Mittwoch, 20. Juli 2016

Warum die Fed die Zinsen nicht erhöhen kann

Die Rendite der Staatsanleihen in den USA sind höher als die Rendite der Staatsanleihen in Europa. Warum? Weil es der amerikanischen Wirtschaft relativ besser geht. Es ist jedoch augenfällig, dass die Renditen seit geraumer Zeit auch in den USA zurückgehen, während die Fed öffentlich Überlegungen anstellt, die Zinsen demnächst anzuheben.

Eine bemerkenswerte Abbildung liefert Mike McKee von BloombergTV: 

Während der Economic Suprise Index steigt und damit positive Signale sendet, was die Entwicklung der Wirtschaft betrifft, fallen die Inflationserwartungen. Das ist ziemlich seltsam. 

Die Inflationserwartungen müssten nämlich steigen. Denn eine Zentralbank erhöht die Leitzinsen, um eine Überhitzungsgefahr in der Wirtschaft zu unterbinden, um mit der Verteuerung der Kreditaufnahme eine Inflation zu dämpfen.

Vor diesem Hintergrund schreibt Tim Duy in einem Kommentar im Bloomberg, dass die Fed die Zinsen nicht erhöhen kann und sollte.

Die Verflachung der Ertragskurve (yield curve) ist ein Warnsignal. Die Fed kann den Fokus nicht nur auf die Zinsen am kurzen Ende der Laufzeit legen.
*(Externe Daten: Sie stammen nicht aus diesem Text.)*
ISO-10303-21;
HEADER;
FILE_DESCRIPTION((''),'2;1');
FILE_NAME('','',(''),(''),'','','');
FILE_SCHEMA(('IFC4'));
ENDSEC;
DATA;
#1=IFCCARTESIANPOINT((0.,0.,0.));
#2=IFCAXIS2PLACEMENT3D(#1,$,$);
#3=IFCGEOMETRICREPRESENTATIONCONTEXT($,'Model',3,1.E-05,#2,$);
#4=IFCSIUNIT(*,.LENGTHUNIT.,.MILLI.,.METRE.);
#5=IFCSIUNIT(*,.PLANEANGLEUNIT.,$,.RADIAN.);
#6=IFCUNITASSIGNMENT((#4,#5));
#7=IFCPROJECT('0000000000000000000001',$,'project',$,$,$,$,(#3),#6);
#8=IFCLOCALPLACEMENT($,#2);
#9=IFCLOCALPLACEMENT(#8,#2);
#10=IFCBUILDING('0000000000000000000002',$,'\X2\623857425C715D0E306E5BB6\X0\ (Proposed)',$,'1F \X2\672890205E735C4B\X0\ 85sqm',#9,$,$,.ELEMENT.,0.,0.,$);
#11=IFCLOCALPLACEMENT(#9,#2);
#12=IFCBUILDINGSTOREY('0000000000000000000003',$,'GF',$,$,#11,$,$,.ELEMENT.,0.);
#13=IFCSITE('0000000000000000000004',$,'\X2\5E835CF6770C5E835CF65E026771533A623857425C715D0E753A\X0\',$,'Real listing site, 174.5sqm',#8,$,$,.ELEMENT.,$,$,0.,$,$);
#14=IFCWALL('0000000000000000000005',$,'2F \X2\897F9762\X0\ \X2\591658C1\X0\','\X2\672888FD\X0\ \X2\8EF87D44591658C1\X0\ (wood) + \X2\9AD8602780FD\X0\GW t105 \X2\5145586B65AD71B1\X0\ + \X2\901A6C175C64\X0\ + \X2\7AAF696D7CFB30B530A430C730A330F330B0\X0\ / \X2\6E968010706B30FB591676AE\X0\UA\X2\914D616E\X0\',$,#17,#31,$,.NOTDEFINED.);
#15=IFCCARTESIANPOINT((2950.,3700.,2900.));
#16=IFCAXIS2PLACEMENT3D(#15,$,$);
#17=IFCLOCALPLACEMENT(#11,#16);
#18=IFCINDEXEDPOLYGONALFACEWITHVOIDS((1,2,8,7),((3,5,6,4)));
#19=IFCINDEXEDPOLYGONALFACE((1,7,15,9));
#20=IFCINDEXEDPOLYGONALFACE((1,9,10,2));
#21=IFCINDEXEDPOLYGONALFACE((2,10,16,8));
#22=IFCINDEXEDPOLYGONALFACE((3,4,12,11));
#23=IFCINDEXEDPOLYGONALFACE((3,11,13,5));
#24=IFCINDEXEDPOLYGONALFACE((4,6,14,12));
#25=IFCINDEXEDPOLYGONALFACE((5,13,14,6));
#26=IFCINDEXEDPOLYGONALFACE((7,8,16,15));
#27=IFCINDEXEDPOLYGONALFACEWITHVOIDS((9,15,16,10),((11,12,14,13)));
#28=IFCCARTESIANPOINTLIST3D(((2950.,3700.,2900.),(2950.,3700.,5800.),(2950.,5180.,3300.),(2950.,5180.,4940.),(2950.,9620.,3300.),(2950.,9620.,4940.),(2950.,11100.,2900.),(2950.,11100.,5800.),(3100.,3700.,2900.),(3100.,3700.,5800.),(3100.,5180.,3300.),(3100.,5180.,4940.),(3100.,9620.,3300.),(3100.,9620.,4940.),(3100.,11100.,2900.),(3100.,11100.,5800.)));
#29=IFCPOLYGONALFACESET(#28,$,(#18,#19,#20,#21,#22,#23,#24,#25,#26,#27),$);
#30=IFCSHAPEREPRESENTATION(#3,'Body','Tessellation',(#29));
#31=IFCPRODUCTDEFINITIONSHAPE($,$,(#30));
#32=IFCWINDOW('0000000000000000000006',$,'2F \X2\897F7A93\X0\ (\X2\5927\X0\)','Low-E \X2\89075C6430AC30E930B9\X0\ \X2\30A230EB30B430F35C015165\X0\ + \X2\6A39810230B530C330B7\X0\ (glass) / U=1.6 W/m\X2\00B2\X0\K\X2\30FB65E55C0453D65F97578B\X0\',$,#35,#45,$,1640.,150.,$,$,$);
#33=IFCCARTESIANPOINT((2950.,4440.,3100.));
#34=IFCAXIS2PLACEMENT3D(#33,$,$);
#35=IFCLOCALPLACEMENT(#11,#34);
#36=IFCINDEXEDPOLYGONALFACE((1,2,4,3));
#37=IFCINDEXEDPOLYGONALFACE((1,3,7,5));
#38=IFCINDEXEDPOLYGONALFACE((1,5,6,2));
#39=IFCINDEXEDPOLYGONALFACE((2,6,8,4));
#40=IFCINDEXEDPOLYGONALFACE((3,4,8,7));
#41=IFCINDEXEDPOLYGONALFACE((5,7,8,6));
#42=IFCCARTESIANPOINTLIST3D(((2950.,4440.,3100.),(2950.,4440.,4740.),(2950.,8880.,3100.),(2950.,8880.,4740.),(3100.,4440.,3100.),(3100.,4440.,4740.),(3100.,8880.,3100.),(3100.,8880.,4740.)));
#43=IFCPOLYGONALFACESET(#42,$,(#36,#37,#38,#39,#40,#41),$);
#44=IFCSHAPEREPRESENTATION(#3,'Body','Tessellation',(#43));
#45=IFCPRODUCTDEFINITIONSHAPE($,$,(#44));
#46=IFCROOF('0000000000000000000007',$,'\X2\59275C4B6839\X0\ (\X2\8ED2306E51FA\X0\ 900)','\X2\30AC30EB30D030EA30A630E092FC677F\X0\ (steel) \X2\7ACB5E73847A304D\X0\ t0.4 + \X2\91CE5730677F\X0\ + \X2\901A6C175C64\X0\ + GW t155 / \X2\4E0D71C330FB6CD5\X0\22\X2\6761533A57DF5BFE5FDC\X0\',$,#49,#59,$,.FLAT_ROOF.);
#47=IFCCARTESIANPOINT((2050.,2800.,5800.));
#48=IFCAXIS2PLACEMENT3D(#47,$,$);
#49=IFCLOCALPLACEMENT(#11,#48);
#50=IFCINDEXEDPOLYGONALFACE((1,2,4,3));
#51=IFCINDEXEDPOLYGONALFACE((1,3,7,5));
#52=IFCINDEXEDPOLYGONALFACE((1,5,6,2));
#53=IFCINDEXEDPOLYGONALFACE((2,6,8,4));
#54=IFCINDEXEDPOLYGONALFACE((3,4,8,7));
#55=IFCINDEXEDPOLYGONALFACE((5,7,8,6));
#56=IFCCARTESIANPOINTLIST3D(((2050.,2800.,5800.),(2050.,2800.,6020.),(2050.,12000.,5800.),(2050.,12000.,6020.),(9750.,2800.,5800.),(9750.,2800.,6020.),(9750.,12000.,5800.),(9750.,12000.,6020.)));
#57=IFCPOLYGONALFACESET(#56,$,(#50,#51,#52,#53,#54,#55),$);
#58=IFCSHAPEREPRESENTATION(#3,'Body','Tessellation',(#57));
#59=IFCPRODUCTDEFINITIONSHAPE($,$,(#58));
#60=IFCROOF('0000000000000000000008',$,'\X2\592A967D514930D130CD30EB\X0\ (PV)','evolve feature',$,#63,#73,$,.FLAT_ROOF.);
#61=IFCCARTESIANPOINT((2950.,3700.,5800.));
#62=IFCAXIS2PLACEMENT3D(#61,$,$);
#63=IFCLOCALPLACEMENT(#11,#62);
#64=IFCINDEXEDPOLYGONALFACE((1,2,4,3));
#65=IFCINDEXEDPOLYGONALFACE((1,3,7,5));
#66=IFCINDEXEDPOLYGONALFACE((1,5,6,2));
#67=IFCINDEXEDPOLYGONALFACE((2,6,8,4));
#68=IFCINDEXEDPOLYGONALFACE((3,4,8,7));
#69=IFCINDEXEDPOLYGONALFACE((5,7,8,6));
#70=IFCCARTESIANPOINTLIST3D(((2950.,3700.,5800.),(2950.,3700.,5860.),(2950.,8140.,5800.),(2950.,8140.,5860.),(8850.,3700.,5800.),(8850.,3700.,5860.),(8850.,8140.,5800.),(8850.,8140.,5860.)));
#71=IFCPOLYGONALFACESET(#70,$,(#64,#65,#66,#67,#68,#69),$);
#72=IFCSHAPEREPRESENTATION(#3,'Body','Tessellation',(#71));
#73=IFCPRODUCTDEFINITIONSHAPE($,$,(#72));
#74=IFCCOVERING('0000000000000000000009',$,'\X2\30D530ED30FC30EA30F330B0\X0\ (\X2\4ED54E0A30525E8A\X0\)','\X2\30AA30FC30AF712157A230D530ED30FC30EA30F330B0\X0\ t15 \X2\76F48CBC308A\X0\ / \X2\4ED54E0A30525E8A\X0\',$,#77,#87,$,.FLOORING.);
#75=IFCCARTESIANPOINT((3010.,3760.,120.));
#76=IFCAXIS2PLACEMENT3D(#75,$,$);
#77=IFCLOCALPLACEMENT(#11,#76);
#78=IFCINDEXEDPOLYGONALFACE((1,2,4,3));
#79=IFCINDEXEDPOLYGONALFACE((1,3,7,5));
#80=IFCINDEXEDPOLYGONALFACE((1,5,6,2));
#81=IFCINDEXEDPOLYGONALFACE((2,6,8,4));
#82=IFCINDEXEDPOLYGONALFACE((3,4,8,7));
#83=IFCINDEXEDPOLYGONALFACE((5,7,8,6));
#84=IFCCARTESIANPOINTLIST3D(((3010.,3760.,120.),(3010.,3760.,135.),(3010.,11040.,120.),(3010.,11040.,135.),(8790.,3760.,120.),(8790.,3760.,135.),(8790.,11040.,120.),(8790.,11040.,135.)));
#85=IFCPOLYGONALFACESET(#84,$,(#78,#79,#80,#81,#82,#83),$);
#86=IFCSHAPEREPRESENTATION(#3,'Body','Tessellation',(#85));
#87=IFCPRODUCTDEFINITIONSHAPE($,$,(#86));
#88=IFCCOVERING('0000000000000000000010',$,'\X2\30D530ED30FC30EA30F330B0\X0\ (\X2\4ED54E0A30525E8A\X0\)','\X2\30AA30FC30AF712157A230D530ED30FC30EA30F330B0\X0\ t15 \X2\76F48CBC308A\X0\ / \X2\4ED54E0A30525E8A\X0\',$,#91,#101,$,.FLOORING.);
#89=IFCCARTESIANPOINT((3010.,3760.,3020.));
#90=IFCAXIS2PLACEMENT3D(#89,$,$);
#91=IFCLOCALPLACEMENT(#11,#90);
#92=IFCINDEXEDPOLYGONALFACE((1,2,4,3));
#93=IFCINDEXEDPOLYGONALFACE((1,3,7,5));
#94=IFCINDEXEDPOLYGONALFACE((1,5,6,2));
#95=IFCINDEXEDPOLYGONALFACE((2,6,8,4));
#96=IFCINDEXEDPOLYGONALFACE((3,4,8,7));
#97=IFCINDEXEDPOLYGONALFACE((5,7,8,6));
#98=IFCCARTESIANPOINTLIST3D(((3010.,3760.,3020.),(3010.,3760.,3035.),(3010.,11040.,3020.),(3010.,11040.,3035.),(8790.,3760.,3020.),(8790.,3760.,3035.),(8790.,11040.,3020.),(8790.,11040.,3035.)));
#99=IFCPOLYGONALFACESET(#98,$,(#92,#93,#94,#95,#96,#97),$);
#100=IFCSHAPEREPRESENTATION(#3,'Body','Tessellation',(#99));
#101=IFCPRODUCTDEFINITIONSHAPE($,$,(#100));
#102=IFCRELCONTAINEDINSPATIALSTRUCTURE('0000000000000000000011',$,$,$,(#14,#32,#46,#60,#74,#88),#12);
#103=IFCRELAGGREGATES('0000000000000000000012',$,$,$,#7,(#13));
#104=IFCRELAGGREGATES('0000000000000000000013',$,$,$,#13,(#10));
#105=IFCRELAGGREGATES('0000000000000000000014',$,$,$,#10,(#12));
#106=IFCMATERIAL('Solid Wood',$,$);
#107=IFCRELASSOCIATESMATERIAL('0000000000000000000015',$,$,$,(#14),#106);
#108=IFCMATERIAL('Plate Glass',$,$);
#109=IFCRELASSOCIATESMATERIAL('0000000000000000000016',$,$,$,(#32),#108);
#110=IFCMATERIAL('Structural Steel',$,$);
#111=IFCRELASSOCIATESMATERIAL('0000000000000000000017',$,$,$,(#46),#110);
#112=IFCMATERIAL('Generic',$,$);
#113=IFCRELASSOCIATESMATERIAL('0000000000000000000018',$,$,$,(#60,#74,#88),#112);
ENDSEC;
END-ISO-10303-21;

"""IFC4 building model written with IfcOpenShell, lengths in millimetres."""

from ifc_helpers import new_model, si_unit, frame, frame_2d, origin, place, context, project, spatial, rectangle, extrude, material, element, fill, save


model = new_model("IFC4")

# Units and contexts
model_context = context("Model", 3, precision=1e-05, world=origin())
ifc_project = project(units=[si_unit("LENGTHUNIT", "METRE", prefix="MILLI"), si_unit("PLANEANGLEUNIT", "RADIAN")], contexts=[model_context])

# Site, building, storey
site_placement = place(None, origin())
site = spatial("IfcSite", under=ifc_project, at=site_placement, Name="広島県広島市東区戸坂山崎町", ObjectType="Real listing site, 174.5sqm", CompositionType="ELEMENT", RefElevation=0.0)
building_placement = place(site_placement, origin())
building = spatial("IfcBuilding", under=site, at=building_placement, Name="戸坂山崎の家 (Proposed)", ObjectType="1F 木造平屋 85sqm", CompositionType="ELEMENT", ElevationOfRefHeight=0.0, ElevationOfTerrain=0.0)
storey_placement = place(building_placement, origin())
storey = spatial("IfcBuildingStorey", under=building, at=storey_placement, Name="GF", CompositionType="ELEMENT", Elevation=0.0)

# Shared definitions
ifc_material_1 = material(Name="Solid Wood")
ifc_material_2 = material(Name="Generic")

# Shared definitions
ifc_material_3 = material(Name="Plate Glass")

# Wall, opening, window
wall_1_placement = place(storey_placement, frame((2950.0, 3700.0, 2900.0)))
wall_1 = element("IfcWall", 1, at=wall_1_placement, inside=storey, material=ifc_material_1, Name="2F 西面 外壁", Description="木製 軸組外壁 (wood) + 高性能GW t105 充填断熱 + 通気層 + 窯業系サイディング / 準耐火・外皮UA配慮", PredefinedType="NOTDEFINED", context=model_context, shape_type="SweptSolid", body=[
    extrude(rectangle(XDim=150.0, YDim=7400.0, at=frame_2d((75.0, 3700.0))), frame((2950.0, 3700.0, 2900.0)), (0.0, 0.0, 1.0), 2900.0),
])
opening_1_placement = place(storey_placement, frame((2950.0, 4440.0, 3100.0)))
opening_1 = element("IfcOpeningElement", 2, at=opening_1_placement, cuts=wall_1, PredefinedType="NOTDEFINED", context=model_context, shape_type="SweptSolid", body=[
    extrude(rectangle(XDim=150.0, YDim=4440.0, at=frame_2d((75.0, 2220.0))), frame((2950.0, 4440.0, 3100.0)), (0.0, 0.0, 1.0), 1640.0),
])
window_1_placement = place(storey_placement, frame((2950.0, 4440.0, 3100.0)))
window_1 = element("IfcWindow", 3, at=window_1_placement, inside=storey, material=ifc_material_3, Name="2F 西窓 (大)", Description="Low-E 複層ガラス アルゴン封入 + 樹脂サッシ (glass) / U=1.6 W/m²K・日射取得型", OverallHeight=1640.0, OverallWidth=150.0, context=model_context, shape_type="SweptSolid", body=[
    extrude(rectangle(XDim=150.0, YDim=4440.0, at=frame_2d((75.0, 2220.0))), frame((2950.0, 4440.0, 3100.0)), (0.0, 0.0, 1.0), 1640.0),
])
fill(opening_1, window_1)

# Roofs
ifc_material_4 = material(Name="Structural Steel")
roof_1_placement = place(storey_placement, frame((2050.0, 2800.0, 5800.0)))
element("IfcRoof", 4, at=roof_1_placement, inside=storey, material=ifc_material_4, Name="大屋根 (軒の出 900)", Description="ガルバリウム鋼板 (steel) 立平葺き t0.4 + 野地板 + 通気層 + GW t155 / 不燃・法22条区域対応", PredefinedType="FLAT_ROOF", context=model_context, shape_type="SweptSolid", body=[
    extrude(rectangle(XDim=7700.0, YDim=9200.0, at=frame_2d((3850.0, 4600.0))), frame((2050.0, 2800.0, 5800.0)), (0.0, 0.0, 1.0), 220.0),
])
roof_2_placement = place(storey_placement, frame((2950.0, 3700.0, 5800.0)))
element("IfcRoof", 5, at=roof_2_placement, inside=storey, material=ifc_material_2, Name="太陽光パネル (PV)", Description="evolve feature", PredefinedType="FLAT_ROOF", context=model_context, shape_type="SweptSolid", body=[
    extrude(rectangle(XDim=5900.0, YDim=4440.0, at=frame_2d((2950.0, 2220.0))), frame((2950.0, 3700.0, 5800.0)), (0.0, 0.0, 1.0), 60.0),
])

# Coverings
covering_1_placement = place(storey_placement, frame((3010.0, 3760.0, 120.0)))
element("IfcCovering", 6, at=covering_1_placement, inside=storey, material=ifc_material_2, Name="フローリング (仕上げ床)", Description="オーク無垢フローリング t15 直貼り / 仕上げ床", PredefinedType="FLOORING", context=model_context, shape_type="SweptSolid", body=[
    extrude(rectangle(XDim=5780.0, YDim=7280.0, at=frame_2d((2890.0, 3640.0))), frame((3010.0, 3760.0, 120.0)), (0.0, 0.0, 1.0), 15.0),
])
covering_2_placement = place(storey_placement, frame((3010.0, 3760.0, 3020.0)))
Auch die Balance Sheet Policy muss dabei mit berücksichtigt werden, argumentiert der an der Oregon University lehrende Wirtschaftsprofessor. 



Die Wirtschaft scheint sich zu erholen, aber die Inflationserwartungen fallen, Graph: BloombergTV


Die Differenz (spread) zwischen der Rendite der Staatspapiere mit 2 Jahren Laufzeit und der Rendite der Staatspapiere mit 10 Jahren Laufzeit ist inzwischen auf 88 Basispunkte geschmolzen, während die Fed Funds Target Rate 25 bis 50 Basispunkte beträgt.

Das bedeutet, dass die Fed kaum Spielraum hat, die kurzfristigen Zinsen zu erhöhen. Wenn zusätzliche Zinserhöhungen die Renditekurve weiter zusammendrücken würden, wäre die Kapazität für die Fristentransformation (maturity transformation) bald gefährdet.



Die Verflachung der US-Renditekurve, Graph: Bloomberg

Diejenigen, die eine Zinserhöhung begrüssen, tragen im Wesentlichen zwei Argumente vor:

Die Arbeitslosigkeit nimmt ab. Die Entspannung auf dem Arbeitsmarkt deutet auf einen bevorstehenden inflationären Druck hin (Phillips-Kurve). Die Fed soll daher eine restriktive Geldpolitik an den Tag legen, um den Druck der Inflation abzuwehren.

Die Phillips-Kurve ist aber heute flach wie ein Brett. Es wäre daher verfrüht, die Zinsen zu erhöhen. Zudem läuft die Inflation seit mehr als drei Jahren deutlich niedriger als der von der Fed festgelegte Zielwert. Es ergibt daher keinen Sinn, die Zinsen erhöhen, weil die Inflation einfach derzeit keine Gefahr darstellt, erklärt Duy.



Inflationserwartungen fallen, während die EZB am lockeren Kurs der Geldpolitik festhält, Graph: Morgan Stanley


Das zweite Argument betrifft Stabilität am Finanzmarkt. Die anhaltend niedrigen Zinsen verstärken die Gefahr von spekulativen Blasen (bubbles), während ein hoher Fremdkapitaleinsatz (leverage) bestehen bleibt.

Daniel Tarullo, Fed Gouverneur hat neulich in einem Gespräch mit WSJ dazu Stellung bezogen, dass die Erhöhung der Zinsen allein die Sorgen um die finanzielle Stabilität nicht beruhigen kann. In der Tat kann ein restriktiver Kurs der Geldpolitik sogar die Verflachung der Renditekurve verschlimmern.

Duy ruft in Erinnerung, dass die Fed auf die Krise so reagiert hat, dass sie zunächst die Zinsen gegen Null Prozent gesenkt und dann mit dem QE-Programm begonnen hat. Die Fed soll daher heute zunächst über die Rückführung der QE-Politik nachdenken, bevor sie eine Zinserhöhung beschliesst.

Die Fed scheint unter dem Strich nicht über policy mix zu diskutieren, zumindest nicht in der Öffentlichkeit. Es scheint deshalb laut Duy irgendwie ungeschickt, nur mit dem Einsatz von Zinspolitik und Forward Guidance allein, die Aufrechterhaltung der finanziellen Stabilität anzustreben.